## Task details
The output should consist solely of the lines running from the one that contains "3, precision=1e-05, world=origin())" through the end of the records below, copied exactly.

## Task input
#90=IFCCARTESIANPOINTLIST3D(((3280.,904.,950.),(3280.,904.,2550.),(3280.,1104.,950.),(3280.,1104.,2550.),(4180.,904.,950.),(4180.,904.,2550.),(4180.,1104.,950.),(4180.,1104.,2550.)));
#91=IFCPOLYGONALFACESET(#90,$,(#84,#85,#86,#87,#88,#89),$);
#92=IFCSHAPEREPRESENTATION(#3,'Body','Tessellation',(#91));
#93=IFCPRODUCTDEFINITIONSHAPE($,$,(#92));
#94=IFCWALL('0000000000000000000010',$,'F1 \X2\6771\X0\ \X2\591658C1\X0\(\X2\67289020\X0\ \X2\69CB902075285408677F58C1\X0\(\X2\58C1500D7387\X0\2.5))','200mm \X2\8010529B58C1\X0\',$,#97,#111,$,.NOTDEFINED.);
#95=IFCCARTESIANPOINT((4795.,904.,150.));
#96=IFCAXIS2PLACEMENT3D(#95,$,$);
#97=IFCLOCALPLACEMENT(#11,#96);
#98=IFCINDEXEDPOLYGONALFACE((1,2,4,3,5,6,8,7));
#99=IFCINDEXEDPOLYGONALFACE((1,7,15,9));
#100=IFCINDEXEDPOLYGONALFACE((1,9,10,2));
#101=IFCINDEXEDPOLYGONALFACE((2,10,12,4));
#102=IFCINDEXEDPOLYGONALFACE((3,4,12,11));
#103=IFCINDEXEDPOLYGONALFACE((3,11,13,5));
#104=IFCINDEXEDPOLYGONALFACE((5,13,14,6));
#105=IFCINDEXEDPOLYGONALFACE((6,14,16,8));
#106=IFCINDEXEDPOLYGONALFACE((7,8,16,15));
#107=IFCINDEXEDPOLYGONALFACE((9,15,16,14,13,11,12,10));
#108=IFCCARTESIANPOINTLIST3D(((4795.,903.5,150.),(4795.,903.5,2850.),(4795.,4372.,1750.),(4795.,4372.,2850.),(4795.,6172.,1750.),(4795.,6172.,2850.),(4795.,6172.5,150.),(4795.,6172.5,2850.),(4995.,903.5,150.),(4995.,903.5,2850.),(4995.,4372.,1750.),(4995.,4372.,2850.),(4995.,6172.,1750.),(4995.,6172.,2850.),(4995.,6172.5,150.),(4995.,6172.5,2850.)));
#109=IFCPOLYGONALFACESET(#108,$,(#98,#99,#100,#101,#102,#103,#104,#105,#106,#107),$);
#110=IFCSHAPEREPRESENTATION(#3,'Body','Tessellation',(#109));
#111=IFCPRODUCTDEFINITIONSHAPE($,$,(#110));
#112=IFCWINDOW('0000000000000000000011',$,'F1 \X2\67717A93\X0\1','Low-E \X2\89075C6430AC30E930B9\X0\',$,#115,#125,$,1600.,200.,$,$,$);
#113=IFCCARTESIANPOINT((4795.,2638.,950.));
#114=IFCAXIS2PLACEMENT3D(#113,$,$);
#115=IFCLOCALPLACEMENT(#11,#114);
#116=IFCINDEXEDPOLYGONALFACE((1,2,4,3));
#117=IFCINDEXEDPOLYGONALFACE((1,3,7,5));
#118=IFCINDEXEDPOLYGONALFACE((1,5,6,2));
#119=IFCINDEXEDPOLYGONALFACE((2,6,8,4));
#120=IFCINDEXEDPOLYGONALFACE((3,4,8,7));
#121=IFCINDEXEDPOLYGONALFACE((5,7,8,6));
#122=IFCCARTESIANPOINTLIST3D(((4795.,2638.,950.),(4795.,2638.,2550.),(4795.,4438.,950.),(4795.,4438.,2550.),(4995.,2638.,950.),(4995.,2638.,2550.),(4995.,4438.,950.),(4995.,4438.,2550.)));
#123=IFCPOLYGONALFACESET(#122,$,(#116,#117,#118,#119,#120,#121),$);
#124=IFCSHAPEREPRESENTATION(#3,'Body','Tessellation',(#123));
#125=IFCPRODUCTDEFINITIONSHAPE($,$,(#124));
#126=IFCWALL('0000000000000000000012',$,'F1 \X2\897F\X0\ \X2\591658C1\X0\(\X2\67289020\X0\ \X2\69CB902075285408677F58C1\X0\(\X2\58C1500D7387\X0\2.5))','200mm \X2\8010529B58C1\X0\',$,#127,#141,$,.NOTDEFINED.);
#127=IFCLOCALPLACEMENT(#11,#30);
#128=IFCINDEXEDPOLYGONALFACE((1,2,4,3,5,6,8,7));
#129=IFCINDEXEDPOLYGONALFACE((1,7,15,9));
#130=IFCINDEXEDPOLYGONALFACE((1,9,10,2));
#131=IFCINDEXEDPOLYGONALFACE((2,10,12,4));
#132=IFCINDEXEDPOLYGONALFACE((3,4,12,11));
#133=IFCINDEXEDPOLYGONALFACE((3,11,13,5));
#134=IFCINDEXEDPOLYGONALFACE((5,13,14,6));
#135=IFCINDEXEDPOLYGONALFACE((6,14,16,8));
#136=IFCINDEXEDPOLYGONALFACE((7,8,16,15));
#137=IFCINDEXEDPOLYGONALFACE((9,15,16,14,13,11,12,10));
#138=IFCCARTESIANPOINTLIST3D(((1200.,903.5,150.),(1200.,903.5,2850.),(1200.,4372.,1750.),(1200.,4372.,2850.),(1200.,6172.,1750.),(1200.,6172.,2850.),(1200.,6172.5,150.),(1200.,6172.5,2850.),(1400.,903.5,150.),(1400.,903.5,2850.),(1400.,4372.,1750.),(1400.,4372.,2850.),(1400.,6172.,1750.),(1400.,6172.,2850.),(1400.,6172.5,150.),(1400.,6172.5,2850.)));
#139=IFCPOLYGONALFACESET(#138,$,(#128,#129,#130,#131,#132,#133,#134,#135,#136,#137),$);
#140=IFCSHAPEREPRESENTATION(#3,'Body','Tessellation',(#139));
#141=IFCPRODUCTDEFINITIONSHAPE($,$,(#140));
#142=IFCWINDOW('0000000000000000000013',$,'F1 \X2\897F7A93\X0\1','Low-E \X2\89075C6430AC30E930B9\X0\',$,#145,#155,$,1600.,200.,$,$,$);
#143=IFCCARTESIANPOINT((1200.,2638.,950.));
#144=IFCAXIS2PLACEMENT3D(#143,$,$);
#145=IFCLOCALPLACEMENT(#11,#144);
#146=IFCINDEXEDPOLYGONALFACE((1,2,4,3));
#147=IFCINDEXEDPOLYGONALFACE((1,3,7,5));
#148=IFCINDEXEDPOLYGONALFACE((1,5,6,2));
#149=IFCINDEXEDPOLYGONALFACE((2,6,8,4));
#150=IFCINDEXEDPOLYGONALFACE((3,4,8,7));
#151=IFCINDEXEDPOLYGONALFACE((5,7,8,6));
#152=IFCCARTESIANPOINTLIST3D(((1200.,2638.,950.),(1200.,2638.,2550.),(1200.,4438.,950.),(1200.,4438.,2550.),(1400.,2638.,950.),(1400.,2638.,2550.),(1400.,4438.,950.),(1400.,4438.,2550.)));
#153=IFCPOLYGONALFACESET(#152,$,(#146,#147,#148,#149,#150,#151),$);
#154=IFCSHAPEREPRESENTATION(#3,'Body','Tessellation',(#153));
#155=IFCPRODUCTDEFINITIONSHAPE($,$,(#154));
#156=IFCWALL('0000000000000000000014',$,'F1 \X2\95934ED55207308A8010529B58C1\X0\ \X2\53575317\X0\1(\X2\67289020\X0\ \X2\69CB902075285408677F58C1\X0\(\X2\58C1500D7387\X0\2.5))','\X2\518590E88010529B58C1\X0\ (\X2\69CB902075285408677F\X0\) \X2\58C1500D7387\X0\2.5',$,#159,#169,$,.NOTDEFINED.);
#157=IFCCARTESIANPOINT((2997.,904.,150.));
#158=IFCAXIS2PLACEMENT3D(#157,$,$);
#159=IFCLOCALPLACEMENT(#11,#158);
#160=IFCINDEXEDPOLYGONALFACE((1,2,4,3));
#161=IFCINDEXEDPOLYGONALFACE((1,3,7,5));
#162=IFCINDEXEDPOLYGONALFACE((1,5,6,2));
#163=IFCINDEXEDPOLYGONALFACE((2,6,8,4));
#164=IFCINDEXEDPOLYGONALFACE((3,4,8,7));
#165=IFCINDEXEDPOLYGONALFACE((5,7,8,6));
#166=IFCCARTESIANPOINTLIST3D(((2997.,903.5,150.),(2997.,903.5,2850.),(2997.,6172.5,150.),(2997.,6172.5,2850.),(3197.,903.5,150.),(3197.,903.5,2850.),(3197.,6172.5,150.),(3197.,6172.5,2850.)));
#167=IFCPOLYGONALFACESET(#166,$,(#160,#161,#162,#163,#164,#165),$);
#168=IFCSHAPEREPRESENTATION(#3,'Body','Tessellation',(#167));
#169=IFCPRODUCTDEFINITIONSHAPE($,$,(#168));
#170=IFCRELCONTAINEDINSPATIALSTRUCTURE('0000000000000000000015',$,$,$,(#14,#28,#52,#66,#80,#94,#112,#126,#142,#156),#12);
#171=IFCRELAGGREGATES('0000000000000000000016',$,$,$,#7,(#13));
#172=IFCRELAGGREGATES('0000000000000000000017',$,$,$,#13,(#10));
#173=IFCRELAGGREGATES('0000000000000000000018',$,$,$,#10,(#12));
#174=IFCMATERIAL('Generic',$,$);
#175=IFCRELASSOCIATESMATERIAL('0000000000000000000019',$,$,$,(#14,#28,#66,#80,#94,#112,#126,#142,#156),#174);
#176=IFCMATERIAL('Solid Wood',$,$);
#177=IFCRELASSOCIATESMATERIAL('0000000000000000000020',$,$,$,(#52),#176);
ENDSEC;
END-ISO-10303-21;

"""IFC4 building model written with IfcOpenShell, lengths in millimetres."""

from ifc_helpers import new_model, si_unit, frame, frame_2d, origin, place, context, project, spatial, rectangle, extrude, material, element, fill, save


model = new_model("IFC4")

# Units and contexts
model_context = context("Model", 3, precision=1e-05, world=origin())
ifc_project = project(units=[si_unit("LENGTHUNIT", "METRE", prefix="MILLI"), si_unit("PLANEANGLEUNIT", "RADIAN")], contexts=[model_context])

## Solution to the exercise
model_context = context("Model", 3, precision=1e-05, world=origin())
ifc_project = project(units=[si_unit("LENGTHUNIT", "METRE", prefix="MILLI"), si_unit("PLANEANGLEUNIT", "RADIAN")], contexts=[model_context])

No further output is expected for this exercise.